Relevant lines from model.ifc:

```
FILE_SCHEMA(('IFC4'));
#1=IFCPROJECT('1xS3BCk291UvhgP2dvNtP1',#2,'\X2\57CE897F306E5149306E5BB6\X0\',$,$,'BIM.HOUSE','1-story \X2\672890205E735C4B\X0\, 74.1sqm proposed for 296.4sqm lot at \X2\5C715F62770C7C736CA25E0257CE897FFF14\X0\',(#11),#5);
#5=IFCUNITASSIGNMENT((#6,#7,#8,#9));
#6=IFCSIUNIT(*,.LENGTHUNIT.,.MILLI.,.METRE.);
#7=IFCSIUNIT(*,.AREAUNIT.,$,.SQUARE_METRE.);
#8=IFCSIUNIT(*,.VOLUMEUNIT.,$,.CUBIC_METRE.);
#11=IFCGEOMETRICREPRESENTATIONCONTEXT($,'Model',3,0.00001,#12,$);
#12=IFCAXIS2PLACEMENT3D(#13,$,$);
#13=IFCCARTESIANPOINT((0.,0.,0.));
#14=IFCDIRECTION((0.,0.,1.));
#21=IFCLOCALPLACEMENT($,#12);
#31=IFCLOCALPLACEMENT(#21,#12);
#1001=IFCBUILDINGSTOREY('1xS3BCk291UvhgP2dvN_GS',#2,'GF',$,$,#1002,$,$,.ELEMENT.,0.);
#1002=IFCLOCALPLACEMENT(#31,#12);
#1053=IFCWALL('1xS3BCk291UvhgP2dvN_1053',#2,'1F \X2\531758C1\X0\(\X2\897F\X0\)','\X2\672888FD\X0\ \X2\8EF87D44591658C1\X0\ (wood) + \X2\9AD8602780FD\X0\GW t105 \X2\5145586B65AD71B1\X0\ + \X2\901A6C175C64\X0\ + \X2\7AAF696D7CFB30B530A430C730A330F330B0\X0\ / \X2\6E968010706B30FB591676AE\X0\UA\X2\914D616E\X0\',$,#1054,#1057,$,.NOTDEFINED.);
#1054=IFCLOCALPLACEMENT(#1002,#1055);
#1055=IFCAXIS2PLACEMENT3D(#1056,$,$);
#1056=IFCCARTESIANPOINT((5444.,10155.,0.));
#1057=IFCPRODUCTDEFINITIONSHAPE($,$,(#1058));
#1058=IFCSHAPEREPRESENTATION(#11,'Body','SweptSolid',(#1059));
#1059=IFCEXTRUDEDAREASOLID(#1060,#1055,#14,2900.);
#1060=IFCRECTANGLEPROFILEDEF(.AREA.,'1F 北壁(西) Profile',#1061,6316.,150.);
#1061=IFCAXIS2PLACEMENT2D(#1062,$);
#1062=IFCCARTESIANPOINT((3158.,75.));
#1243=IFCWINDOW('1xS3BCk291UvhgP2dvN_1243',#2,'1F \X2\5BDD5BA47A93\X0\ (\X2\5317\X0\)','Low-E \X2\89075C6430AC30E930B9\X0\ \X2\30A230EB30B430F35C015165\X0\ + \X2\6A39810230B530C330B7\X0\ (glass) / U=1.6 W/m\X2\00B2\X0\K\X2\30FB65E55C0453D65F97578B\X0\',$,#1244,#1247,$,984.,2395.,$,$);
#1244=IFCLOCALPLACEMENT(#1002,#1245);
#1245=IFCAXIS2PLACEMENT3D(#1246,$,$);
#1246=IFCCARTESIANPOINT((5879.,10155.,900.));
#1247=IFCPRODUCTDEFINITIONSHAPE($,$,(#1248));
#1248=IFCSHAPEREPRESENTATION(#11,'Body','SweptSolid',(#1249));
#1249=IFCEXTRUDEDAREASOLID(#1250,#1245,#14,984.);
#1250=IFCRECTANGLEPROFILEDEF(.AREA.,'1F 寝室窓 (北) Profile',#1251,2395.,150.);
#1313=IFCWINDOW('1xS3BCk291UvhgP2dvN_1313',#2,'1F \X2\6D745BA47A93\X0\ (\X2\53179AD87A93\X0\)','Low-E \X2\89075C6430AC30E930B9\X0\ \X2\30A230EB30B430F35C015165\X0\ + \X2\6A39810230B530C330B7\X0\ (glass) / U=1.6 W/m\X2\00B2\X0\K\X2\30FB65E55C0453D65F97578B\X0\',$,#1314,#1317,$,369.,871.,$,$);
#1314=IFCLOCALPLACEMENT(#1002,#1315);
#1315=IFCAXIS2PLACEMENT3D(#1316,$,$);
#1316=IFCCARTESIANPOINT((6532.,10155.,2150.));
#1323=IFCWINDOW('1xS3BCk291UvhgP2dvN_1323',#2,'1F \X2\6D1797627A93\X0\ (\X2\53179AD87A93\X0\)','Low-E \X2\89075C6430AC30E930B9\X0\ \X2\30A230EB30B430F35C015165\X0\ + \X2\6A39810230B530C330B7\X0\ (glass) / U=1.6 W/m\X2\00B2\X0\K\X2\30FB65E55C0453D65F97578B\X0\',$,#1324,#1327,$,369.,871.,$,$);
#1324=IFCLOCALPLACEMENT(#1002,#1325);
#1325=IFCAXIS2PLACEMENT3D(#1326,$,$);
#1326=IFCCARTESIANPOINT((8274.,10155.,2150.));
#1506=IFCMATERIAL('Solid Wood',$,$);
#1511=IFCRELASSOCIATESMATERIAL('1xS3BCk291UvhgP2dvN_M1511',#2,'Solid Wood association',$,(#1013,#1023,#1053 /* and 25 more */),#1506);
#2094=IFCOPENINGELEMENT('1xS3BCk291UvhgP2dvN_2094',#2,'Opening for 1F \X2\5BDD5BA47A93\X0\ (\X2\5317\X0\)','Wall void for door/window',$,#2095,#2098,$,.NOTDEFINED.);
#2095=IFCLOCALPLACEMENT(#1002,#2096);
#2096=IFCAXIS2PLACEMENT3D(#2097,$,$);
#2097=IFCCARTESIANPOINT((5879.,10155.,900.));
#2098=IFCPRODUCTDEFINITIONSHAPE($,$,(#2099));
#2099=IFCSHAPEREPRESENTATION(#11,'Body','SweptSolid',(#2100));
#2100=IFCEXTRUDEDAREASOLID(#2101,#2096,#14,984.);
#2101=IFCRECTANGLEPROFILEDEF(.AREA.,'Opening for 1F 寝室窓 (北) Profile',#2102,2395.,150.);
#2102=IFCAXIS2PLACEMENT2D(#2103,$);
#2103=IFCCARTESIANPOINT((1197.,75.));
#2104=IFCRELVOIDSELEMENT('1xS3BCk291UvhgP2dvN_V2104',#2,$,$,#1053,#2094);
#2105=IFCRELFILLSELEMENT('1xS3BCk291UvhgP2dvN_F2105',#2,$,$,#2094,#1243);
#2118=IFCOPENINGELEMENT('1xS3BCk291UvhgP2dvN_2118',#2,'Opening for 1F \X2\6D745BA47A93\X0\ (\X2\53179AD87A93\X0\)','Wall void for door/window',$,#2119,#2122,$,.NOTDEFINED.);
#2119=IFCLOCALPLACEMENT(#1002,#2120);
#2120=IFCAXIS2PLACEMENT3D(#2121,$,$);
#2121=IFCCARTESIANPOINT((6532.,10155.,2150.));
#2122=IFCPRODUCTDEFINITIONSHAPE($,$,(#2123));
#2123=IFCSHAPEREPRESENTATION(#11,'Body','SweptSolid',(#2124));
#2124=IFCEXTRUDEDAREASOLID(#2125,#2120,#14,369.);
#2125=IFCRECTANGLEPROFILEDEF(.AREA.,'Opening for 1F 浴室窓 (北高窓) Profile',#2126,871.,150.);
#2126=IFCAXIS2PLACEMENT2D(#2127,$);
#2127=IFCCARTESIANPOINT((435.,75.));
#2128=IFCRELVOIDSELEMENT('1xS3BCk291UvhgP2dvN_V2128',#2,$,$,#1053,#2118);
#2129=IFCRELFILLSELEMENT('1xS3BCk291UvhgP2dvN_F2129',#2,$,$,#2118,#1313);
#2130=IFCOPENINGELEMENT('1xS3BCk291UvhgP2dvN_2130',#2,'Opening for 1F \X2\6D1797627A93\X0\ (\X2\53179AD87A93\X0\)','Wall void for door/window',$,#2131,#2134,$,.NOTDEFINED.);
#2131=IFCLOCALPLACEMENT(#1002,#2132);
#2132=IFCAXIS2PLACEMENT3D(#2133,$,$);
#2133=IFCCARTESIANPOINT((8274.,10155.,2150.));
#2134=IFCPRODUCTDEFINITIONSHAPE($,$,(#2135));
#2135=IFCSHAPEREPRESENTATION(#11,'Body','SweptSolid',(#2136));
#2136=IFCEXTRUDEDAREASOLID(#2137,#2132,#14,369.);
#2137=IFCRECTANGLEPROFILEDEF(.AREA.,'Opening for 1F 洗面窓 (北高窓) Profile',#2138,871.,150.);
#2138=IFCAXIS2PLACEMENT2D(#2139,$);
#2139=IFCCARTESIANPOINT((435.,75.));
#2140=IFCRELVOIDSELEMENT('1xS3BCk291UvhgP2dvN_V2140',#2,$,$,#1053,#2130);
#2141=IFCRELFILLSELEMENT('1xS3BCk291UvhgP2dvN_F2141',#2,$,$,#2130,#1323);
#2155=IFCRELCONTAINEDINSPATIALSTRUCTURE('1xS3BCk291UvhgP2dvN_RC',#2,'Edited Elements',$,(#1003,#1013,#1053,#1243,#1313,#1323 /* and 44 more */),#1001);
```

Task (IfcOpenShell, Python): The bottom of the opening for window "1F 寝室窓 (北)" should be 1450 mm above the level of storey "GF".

```python
import numpy as np
import ifcopenshell
import ifcopenshell.api.geometry
import ifcopenshell.geom
import ifcopenshell.util.element
import ifcopenshell.util.placement
import ifcopenshell.util.shape
import ifcopenshell.util.unit

model = ifcopenshell.open("model.ifc")
unit_scale = ifcopenshell.util.unit.calculate_unit_scale(model)

window = model.by_guid("1xS3BCk291UvhgP2dvN_1243")
opening = window.FillsVoids[0].RelatingOpeningElement
storey = ifcopenshell.util.element.get_container(window, ifc_class="IfcBuildingStorey")
level = ifcopenshell.util.placement.get_local_placement(storey.ObjectPlacement)[2, 3]

# The opening's origin need not be at the sill, so measure its lowest point.
shape = ifcopenshell.geom.create_shape(ifcopenshell.geom.settings(), opening)
bottom = ifcopenshell.util.shape.get_shape_bottom_elevation(shape, shape.geometry) / unit_scale
dz = level + 1450.0 - bottom

shift = np.array([0.0, 0.0, dz])
# The window is not placed relative to its opening, so move both.
for product in (opening, window):
    matrix = ifcopenshell.util.placement.get_local_placement(product.ObjectPlacement)
    matrix[:3, 3] += shift
    ifcopenshell.api.geometry.edit_object_placement(model, product=product, matrix=matrix, is_si=False)

print(f"moved by {dz * unit_scale:+.3f} m")

model.write("model_rev.ifc")
```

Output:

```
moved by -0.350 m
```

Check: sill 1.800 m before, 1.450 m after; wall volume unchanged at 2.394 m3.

· · · · · · ·

= Your goal =
Look through the listing above and copy each line where the string "IFCRECTANGLEPROFILEDEF" occurs.

= Exercise answer =
#1060=IFCRECTANGLEPROFILEDEF(.AREA.,'1F 北壁(西) Profile',#1061,6316.,150.);
#1250=IFCRECTANGLEPROFILEDEF(.AREA.,'1F 寝室窓 (北) Profile',#1251,2395.,150.);
#2101=IFCRECTANGLEPROFILEDEF(.AREA.,'Opening for 1F 寝室窓 (北) Profile',#2102,2395.,150.);
#2125=IFCRECTANGLEPROFILEDEF(.AREA.,'Opening for 1F 浴室窓 (北高窓) Profile',#2126,871.,150.);
#2137=IFCRECTANGLEPROFILEDEF(.AREA.,'Opening for 1F 洗面窓 (北高窓) Profile',#2138,871.,150.);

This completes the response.